◆ **THE PROBLEM**:
Sort through the entries below and pull out lines containing the word "Body".

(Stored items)
====

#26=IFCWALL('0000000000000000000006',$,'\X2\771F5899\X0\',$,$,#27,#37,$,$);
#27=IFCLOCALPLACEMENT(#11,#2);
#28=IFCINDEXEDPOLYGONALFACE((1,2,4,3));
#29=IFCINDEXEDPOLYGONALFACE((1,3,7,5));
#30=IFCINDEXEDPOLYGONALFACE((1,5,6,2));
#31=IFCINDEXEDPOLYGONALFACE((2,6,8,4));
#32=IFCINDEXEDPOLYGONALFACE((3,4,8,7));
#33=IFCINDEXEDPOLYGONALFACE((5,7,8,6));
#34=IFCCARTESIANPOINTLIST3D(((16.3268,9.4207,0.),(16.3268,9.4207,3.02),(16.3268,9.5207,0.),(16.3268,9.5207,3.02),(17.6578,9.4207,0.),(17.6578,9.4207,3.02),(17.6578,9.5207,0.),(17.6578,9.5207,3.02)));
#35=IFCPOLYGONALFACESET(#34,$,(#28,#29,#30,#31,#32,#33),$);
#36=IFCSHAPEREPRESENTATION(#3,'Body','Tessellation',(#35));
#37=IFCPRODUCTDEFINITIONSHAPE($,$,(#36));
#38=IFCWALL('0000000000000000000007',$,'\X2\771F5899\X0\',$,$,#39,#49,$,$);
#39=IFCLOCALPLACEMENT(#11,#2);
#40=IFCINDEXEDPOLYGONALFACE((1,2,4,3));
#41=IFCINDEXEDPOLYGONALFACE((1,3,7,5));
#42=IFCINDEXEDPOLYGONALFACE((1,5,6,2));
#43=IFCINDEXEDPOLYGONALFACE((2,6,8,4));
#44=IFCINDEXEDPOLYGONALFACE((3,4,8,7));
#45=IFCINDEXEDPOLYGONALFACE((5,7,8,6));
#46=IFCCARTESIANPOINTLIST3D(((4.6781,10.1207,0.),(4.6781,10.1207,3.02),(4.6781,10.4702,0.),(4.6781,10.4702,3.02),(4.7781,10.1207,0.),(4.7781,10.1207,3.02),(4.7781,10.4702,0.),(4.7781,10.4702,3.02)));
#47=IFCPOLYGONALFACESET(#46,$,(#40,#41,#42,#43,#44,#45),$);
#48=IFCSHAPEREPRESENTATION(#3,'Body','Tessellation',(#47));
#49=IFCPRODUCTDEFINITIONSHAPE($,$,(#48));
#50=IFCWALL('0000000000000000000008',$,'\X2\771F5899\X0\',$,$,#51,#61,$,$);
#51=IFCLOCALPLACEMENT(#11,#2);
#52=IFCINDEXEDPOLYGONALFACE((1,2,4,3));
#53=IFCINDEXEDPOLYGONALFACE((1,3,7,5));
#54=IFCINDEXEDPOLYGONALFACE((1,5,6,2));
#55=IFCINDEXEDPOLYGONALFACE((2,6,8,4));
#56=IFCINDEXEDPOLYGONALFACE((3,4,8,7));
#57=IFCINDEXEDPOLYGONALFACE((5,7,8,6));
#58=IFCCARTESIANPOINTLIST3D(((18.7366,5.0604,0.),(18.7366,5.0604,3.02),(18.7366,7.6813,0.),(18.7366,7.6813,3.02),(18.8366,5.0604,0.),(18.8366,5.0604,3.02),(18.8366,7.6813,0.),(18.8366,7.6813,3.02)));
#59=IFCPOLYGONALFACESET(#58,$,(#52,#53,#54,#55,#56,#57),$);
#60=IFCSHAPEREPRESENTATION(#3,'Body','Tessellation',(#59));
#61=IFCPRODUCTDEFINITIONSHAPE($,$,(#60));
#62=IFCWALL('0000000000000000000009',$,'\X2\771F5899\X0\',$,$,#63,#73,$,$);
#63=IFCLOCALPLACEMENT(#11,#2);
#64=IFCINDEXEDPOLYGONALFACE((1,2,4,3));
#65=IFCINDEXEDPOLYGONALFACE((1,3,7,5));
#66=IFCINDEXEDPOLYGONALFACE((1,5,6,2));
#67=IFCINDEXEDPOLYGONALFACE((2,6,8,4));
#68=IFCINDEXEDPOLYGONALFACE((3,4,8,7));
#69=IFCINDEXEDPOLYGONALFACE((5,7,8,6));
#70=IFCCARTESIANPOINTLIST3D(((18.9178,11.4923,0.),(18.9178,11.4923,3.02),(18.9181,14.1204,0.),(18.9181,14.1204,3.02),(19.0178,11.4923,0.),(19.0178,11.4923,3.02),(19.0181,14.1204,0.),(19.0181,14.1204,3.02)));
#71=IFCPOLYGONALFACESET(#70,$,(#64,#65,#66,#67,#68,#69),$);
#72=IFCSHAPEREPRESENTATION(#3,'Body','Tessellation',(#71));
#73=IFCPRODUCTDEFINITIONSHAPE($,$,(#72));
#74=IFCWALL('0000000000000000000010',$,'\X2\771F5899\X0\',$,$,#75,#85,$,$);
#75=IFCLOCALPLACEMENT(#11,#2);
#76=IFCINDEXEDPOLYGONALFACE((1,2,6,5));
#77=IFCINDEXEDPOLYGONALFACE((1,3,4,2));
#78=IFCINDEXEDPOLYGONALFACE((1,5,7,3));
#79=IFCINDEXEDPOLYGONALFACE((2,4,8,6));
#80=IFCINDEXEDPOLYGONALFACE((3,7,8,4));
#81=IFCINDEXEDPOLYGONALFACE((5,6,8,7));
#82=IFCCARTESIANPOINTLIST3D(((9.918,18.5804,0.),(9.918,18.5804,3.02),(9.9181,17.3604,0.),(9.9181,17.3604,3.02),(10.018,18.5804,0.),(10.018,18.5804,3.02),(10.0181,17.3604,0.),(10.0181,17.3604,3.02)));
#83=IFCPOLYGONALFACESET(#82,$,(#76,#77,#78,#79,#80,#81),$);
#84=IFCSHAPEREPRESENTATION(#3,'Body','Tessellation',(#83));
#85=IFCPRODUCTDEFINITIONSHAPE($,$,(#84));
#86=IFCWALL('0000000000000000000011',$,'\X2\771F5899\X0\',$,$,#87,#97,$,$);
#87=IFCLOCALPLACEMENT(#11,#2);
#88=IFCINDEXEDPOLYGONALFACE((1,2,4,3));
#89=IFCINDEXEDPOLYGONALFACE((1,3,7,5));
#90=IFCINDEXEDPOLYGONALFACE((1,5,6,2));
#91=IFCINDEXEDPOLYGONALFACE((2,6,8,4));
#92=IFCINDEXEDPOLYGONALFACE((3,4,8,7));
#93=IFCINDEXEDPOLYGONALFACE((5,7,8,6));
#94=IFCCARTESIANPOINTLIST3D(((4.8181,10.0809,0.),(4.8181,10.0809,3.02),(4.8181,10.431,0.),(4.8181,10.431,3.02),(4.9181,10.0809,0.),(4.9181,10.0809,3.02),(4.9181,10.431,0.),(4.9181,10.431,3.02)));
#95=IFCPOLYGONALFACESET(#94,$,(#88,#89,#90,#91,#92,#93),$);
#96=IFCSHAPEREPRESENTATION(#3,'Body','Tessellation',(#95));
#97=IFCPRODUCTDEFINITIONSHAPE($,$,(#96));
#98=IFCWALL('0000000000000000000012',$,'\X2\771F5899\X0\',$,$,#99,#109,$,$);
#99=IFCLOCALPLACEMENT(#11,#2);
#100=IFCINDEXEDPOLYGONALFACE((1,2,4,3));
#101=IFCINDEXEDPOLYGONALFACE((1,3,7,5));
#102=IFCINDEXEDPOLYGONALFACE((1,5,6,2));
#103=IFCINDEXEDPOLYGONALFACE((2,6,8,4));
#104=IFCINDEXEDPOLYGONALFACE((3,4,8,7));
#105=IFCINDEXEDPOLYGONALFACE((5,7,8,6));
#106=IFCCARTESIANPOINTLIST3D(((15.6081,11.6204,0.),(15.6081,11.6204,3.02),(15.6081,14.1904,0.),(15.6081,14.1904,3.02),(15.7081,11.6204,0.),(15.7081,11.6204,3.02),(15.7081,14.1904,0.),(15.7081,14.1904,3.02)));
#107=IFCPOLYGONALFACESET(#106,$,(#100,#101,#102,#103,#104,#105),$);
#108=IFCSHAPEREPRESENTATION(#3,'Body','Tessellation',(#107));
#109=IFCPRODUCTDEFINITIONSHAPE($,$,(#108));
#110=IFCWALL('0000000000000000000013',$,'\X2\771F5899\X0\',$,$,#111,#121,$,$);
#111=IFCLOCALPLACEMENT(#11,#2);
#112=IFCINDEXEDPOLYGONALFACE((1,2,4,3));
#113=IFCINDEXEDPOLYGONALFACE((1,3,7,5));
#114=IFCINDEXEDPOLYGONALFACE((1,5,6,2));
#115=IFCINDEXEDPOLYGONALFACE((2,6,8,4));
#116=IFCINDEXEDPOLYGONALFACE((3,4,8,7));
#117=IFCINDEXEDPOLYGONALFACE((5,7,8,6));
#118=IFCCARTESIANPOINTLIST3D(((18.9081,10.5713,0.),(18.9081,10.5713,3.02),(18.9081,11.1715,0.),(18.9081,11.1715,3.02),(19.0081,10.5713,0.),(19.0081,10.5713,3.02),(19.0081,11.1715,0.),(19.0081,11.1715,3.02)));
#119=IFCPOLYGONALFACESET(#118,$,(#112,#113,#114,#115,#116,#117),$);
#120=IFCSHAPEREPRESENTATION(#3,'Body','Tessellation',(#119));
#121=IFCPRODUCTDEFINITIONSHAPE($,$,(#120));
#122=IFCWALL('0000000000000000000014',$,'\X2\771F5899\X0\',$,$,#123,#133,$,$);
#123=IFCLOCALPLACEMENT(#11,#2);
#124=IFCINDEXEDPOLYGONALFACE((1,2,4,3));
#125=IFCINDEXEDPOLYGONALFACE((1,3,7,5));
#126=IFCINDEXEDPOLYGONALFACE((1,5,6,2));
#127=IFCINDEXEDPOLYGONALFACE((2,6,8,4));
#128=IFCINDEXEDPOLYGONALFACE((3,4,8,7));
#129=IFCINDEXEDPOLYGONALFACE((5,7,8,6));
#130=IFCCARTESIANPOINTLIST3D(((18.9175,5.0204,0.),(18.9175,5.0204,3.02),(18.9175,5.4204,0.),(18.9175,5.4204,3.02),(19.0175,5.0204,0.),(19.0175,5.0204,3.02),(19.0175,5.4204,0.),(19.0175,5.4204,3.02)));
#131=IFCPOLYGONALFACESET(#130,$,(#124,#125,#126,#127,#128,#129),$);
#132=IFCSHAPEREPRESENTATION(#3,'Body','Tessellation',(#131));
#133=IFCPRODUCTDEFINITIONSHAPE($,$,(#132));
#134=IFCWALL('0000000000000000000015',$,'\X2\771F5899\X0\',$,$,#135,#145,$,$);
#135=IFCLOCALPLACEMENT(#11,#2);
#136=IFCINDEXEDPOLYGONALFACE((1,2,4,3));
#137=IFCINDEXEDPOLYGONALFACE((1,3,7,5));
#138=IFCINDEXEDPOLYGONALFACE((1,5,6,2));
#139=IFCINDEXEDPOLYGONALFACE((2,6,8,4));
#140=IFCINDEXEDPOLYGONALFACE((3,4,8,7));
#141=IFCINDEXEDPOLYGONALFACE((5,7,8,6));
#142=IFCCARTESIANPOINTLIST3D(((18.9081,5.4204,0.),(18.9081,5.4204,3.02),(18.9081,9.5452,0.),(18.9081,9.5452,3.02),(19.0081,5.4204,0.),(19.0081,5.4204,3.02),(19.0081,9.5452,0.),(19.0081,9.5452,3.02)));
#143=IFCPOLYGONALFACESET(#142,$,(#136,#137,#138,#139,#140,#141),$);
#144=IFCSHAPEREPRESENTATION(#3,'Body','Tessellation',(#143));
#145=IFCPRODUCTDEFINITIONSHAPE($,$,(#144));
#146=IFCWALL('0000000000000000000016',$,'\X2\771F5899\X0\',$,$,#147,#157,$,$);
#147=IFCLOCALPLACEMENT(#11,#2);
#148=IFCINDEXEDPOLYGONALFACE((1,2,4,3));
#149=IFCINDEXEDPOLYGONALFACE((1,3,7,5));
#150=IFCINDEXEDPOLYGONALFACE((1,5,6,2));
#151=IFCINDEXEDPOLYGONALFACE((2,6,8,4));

====

◆ **TASK RESULT**:
#36=IFCSHAPEREPRESENTATION(#3,'Body','Tessellation',(#35));
#48=IFCSHAPEREPRESENTATION(#3,'Body','Tessellation',(#47));
#60=IFCSHAPEREPRESENTATION(#3,'Body','Tessellation',(#59));
#72=IFCSHAPEREPRESENTATION(#3,'Body','Tessellation',(#71));
#84=IFCSHAPEREPRESENTATION(#3,'Body','Tessellation',(#83));
#96=IFCSHAPEREPRESENTATION(#3,'Body','Tessellation',(#95));
#108=IFCSHAPEREPRESENTATION(#3,'Body','Tessellation',(#107));
#120=IFCSHAPEREPRESENTATION(#3,'Body','Tessellation',(#119));
#132=IFCSHAPEREPRESENTATION(#3,'Body','Tessellation',(#131));
#144=IFCSHAPEREPRESENTATION(#3,'Body','Tessellation',(#143));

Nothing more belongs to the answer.